Por fim, Rodrigo destacou a relação entre clubes e profissionais particulares. "Precisa ter confiança, respeito e ética. O fisioterapeuta particular, no meu entendimento, tem a obrigação de se comunicar com o clube, que tem que entender os interesses e particularidades do atleta. Tive experiências positivas e negativas com clubes brasileiros, mas os profissionais de bom nível entendem o papel do profissional particular e conseguem fazer um trabalho colaborativo. Por exemplo, tive uma ótima relação com a comissão do Fortaleza, onde me comunicava com chefe de fisioterapia, preparador físico etc."

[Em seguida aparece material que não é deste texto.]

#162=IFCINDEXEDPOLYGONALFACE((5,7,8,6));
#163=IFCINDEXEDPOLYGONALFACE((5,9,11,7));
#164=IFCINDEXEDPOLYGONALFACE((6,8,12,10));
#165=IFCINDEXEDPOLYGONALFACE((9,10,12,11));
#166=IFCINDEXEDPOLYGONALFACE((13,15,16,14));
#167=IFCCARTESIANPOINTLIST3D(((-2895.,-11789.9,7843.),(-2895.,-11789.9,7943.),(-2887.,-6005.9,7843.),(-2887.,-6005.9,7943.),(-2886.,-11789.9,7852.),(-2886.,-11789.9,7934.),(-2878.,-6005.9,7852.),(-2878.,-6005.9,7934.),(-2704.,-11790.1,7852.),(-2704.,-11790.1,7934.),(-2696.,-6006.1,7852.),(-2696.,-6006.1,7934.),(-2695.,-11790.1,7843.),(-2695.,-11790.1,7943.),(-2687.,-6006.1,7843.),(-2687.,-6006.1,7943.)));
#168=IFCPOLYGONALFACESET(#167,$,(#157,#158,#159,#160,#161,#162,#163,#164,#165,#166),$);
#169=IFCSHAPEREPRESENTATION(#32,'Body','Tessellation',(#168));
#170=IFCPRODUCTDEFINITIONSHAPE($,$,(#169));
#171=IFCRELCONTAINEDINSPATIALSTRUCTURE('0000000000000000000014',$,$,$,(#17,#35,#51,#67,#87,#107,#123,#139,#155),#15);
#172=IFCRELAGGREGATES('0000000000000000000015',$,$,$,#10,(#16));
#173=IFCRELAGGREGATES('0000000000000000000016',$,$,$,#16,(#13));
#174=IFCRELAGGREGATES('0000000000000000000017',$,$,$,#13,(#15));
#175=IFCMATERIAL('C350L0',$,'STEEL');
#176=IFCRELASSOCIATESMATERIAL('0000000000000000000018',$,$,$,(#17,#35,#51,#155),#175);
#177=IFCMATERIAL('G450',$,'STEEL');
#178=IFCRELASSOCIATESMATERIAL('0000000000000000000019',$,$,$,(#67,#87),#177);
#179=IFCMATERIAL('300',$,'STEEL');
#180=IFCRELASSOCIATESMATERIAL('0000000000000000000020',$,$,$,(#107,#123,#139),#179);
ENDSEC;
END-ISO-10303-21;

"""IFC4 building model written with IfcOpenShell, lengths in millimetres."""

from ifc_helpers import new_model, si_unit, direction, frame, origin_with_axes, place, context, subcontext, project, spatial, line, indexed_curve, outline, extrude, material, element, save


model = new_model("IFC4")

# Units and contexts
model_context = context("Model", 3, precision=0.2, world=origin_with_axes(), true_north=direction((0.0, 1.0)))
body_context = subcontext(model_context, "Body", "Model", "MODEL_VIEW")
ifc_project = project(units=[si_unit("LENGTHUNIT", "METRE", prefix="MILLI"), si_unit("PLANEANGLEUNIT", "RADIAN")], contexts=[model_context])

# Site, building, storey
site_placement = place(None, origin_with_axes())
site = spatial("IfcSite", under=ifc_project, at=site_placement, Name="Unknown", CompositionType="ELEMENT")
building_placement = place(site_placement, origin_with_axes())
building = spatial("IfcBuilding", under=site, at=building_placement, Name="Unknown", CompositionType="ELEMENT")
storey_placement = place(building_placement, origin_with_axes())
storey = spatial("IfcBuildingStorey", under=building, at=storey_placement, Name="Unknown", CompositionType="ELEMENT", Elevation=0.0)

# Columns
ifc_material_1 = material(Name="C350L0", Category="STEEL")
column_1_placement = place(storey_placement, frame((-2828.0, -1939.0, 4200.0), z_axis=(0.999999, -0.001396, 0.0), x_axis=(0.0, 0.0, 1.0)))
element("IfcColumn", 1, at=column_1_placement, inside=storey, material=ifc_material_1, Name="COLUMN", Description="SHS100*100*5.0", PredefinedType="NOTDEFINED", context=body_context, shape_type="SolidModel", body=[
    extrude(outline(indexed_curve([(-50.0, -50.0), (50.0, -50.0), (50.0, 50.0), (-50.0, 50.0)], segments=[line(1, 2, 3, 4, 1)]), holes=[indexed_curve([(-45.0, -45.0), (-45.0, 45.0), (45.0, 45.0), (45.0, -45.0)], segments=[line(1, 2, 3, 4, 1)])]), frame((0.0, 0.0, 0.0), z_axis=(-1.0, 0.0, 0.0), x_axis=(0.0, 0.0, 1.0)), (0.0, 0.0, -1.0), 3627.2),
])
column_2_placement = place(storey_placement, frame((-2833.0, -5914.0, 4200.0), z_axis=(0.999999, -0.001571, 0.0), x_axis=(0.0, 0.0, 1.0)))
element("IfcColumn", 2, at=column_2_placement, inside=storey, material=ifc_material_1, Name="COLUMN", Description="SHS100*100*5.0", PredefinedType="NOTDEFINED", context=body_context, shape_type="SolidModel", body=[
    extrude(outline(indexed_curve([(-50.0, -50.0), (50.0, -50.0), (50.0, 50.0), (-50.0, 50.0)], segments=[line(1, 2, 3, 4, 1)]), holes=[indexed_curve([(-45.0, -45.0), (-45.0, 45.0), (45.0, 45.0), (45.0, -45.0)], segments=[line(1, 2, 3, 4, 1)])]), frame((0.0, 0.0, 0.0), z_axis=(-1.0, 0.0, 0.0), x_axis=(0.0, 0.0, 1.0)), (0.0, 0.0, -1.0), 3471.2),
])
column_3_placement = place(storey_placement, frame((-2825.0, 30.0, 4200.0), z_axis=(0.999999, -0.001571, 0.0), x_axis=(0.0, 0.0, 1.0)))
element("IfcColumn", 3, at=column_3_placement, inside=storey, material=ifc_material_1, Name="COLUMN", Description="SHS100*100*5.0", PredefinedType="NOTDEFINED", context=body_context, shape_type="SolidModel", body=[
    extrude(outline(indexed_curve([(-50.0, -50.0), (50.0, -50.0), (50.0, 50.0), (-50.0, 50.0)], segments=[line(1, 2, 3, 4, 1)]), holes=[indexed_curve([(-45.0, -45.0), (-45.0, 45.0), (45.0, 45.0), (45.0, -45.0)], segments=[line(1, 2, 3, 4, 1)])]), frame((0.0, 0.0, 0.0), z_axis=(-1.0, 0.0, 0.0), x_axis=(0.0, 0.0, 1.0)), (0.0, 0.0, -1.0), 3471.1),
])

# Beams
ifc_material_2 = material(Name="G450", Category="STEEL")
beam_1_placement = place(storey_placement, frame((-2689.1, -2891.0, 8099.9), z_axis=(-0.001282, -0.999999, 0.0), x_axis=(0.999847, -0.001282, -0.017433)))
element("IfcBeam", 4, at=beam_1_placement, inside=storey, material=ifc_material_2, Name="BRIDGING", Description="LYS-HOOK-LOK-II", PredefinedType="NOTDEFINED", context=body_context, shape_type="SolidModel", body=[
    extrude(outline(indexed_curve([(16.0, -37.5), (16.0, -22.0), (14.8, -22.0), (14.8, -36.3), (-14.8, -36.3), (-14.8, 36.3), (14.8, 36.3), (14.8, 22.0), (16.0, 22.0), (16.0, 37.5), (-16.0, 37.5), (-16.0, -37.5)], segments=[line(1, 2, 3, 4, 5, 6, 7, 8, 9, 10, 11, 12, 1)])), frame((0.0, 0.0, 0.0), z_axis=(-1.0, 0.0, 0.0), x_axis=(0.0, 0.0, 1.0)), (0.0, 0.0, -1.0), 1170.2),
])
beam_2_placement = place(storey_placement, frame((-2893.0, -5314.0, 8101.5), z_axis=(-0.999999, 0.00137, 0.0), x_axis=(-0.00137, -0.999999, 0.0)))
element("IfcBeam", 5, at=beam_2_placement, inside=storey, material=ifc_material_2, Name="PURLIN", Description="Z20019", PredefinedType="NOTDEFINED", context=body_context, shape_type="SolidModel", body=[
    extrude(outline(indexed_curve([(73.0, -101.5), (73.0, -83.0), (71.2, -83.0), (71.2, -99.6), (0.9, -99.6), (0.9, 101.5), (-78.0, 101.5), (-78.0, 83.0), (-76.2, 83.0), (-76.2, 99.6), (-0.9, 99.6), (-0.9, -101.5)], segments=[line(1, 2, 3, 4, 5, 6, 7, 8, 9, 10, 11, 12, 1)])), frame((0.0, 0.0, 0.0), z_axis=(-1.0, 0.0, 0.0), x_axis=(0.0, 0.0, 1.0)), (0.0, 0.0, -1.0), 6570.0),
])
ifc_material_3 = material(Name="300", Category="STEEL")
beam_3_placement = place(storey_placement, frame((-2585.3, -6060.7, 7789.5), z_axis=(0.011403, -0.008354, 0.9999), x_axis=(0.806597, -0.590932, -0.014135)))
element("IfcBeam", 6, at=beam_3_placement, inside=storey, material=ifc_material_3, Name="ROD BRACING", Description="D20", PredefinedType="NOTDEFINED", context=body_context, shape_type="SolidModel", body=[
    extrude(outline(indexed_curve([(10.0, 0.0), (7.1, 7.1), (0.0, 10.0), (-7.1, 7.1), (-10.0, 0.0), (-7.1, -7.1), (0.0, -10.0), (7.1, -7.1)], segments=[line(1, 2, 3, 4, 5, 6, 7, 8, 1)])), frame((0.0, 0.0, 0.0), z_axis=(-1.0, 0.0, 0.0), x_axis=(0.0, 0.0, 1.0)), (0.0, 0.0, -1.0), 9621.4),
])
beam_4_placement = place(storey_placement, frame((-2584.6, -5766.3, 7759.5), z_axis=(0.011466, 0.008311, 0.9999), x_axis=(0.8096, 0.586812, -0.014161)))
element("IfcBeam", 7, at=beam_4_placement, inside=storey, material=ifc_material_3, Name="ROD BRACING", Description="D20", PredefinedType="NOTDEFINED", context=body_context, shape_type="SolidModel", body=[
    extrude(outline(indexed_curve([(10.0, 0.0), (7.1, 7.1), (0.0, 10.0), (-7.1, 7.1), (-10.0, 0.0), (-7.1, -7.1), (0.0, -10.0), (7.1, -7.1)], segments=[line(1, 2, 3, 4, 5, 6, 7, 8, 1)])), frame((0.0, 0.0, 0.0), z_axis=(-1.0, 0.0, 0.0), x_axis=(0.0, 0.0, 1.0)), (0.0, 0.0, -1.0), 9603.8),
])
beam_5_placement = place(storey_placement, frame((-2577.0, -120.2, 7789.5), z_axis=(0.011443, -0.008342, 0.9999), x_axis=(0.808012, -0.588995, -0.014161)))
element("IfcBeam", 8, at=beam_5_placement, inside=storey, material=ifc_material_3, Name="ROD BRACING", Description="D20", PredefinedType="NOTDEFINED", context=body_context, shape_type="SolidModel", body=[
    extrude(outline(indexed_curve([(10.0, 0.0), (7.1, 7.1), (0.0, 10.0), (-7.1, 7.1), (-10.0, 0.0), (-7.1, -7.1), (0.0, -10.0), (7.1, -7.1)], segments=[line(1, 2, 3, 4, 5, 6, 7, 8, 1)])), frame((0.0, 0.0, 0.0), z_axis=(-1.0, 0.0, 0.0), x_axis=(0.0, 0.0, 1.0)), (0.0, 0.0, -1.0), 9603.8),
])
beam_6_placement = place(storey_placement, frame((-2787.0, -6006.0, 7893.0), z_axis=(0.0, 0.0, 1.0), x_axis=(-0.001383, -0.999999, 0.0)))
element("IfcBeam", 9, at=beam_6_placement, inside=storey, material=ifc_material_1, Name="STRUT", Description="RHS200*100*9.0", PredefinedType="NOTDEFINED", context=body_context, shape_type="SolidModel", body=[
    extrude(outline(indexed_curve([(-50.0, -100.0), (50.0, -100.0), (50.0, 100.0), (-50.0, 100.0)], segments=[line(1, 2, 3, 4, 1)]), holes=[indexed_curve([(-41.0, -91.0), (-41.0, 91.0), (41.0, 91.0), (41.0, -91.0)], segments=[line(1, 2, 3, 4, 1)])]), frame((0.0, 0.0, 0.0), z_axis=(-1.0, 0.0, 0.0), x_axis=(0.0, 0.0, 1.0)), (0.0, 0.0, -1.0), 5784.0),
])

Outra área que está em crescimento entre os atletas é a da performance física, que trabalha a melhoria de processos relacionados ao corpo focado em maior desempenho dentro das quatro linhas.
Porém, de acordo com o preparador físico Victor Fernandes, o foco não é resumido apenas na performance em campo, mas também na saúde do jogador.
"O ponto maior, além da performance, é a saúde. A gente sabe que trabalhar em alto rendimento, ser exigido no seu máximo, muitas vezes ultrapassa limites físicos e emocionais. Nosso trabalho vai além de fazer o jogador ter boas atuações, mas também ter uma vida saudável em casa com a família, com os companheiros e, principalmente, com ele mesmo", explica.
Victor trabalha diretamente com jogadores conhecidos nacionalmente, como Éderson, que atualmente defende a Atalanta, Lucas Mugni (Ceará), Osvaldo (Vitória), Felipe Jonatan (Fortaleza), entre outros.
Para Victor, a atividade mais relevante da performance é levar o atleta a trabalhar em cima do que é considerado "desconfortável" para ele, pois, com isso, a capacidade será aumentada no futuro.
"Cada atleta possui dificuldades de acordo com sua cultura, daquilo que ele criou como hábito desde a infância. Tem muitos atletas que têm problemas com peso, sono, excesso de treino etc. O mais importante do nosso trabalho é identificar as demandas específicas de cada indivíduo e trabalhar em cima do desconforto. Aquilo que é desconfortável é o que vai fazer com que ele saia do seu limite momentâneo e consiga aumentar a capacidade dele", finalizou o preparador.